FRS 1 Presentation of financial statements
FRS 7 Statement of cash flows
FRS 17 Leases
FRS 36 Impairment of assets
FRS 39 Financial Instruments: Recognition and measurement
FRS 105 Non-current assets held for sale and discontinued operations
FRS 108 Operating segments
 
Improvements to FRSs 2009 contain amendments to numerous accounting standards that result in accounting changes for presentation, recognition or measurement and disclosure purposes. The Group is in the process of assessing the impact of these amendments.

The amendment to FRS 32 on classification of rights issues will become effective for the Group’s financial statements for the year ending December 31, 2010. This amendment addresses the accounting for rights issues (rights, options and warrants) that are denominated in a currency other than the functional currency of the issuer. Previously, such rights issues were accounted for as derivative liabilities. The amendment requires that rights issues to acquire a fixed number of the entity’s own equity instruments for a fixed amount of any currency are equity instruments if the entity offers the rights, options or warrants pro rata to all of its existing owners of the same class of its own non-derivative equity instruments. This is regardless of the currency in which the exercise price is denominated. The Group is in the process of assessing the impact of this amendment.

The amendments to FRS 39 on eligible hedged items will become effective for the Group’s financial statements for the year ending December 31, 2010. The amendments clarify how the principles that determine whether a hedged risk or portion of cash flows is eligible for designation should be applied in two particular situations: (i) the designation of a one-sided risk in a hedged item; and (ii) the designation of inflation in particular situations.
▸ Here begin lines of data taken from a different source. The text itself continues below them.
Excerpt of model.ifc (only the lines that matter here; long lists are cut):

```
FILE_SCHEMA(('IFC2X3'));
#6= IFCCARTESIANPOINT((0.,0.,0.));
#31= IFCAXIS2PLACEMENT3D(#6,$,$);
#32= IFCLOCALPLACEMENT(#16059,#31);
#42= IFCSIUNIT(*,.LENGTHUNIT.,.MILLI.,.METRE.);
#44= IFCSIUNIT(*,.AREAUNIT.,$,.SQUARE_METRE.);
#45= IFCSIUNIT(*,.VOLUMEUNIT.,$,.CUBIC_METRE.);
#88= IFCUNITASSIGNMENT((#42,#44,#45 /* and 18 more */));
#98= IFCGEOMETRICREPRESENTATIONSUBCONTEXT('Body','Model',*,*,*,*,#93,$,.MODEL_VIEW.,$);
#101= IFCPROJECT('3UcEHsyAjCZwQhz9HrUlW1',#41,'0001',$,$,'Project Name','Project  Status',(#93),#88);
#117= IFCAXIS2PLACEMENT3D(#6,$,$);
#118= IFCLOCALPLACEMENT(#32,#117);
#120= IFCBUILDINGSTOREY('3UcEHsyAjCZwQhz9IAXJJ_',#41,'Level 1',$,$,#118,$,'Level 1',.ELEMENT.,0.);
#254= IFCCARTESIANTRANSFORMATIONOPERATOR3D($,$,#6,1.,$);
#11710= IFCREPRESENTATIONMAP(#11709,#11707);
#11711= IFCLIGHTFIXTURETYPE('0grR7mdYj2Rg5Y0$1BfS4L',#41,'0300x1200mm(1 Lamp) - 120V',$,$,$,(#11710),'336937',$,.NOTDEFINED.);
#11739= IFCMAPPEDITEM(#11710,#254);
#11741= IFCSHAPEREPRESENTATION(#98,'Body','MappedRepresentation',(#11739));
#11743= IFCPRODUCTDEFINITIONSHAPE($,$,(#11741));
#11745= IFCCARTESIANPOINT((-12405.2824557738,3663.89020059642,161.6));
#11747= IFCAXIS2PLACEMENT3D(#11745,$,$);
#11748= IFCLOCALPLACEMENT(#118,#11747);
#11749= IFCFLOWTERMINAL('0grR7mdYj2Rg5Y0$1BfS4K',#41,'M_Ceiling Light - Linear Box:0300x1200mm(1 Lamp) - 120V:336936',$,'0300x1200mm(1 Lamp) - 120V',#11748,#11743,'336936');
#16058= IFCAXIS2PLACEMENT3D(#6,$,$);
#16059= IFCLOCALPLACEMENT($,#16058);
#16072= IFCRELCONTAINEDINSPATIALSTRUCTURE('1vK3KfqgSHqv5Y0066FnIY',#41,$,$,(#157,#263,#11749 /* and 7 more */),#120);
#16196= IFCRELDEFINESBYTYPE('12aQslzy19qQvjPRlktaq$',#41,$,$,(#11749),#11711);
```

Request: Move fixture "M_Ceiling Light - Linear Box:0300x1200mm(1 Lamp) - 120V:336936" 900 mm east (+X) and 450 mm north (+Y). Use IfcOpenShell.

```python
import ifcopenshell
import ifcopenshell.api.geometry
import ifcopenshell.util.placement
import ifcopenshell.util.unit

model = ifcopenshell.open("model.ifc")
unit_scale = ifcopenshell.util.unit.calculate_unit_scale(model)

item = model.by_guid("0grR7mdYj2Rg5Y0$1BfS4K")
matrix = ifcopenshell.util.placement.get_local_placement(item.ObjectPlacement)
matrix[0, 3] += 0.9 / unit_scale
matrix[1, 3] += 0.45 / unit_scale
ifcopenshell.api.geometry.edit_object_placement(model, product=item, matrix=matrix, is_si=False)

print(ifcopenshell.util.placement.get_local_placement(item.ObjectPlacement).round(3) + 0.0)

model.write("model_rev.ifc")
```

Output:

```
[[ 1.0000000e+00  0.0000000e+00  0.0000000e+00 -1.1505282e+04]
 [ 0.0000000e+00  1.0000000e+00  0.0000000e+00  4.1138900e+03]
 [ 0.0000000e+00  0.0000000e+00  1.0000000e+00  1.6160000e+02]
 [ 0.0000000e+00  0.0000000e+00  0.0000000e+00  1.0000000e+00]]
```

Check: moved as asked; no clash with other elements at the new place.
The Group is in the process of assessing the impact of these amendments.

The amendments to FRS 102 on group cash-settled share-based payment transactions will become effective for the Group’s financial statements for the year ending December 31, 2010. The amendments require an entity receiving goods or services in either an equity-settled or a cash-settled share-based payment transaction to account for the transaction in its separate or individual financial statements. The Group is in the process of assessing the impact of these amendments.

The initial application of these standards (including their consequential amendments) and interpretations is not expected to have any material impact on the Group’s financial statements. The Group has not considered the impact of accounting standards issued after the balance sheet date.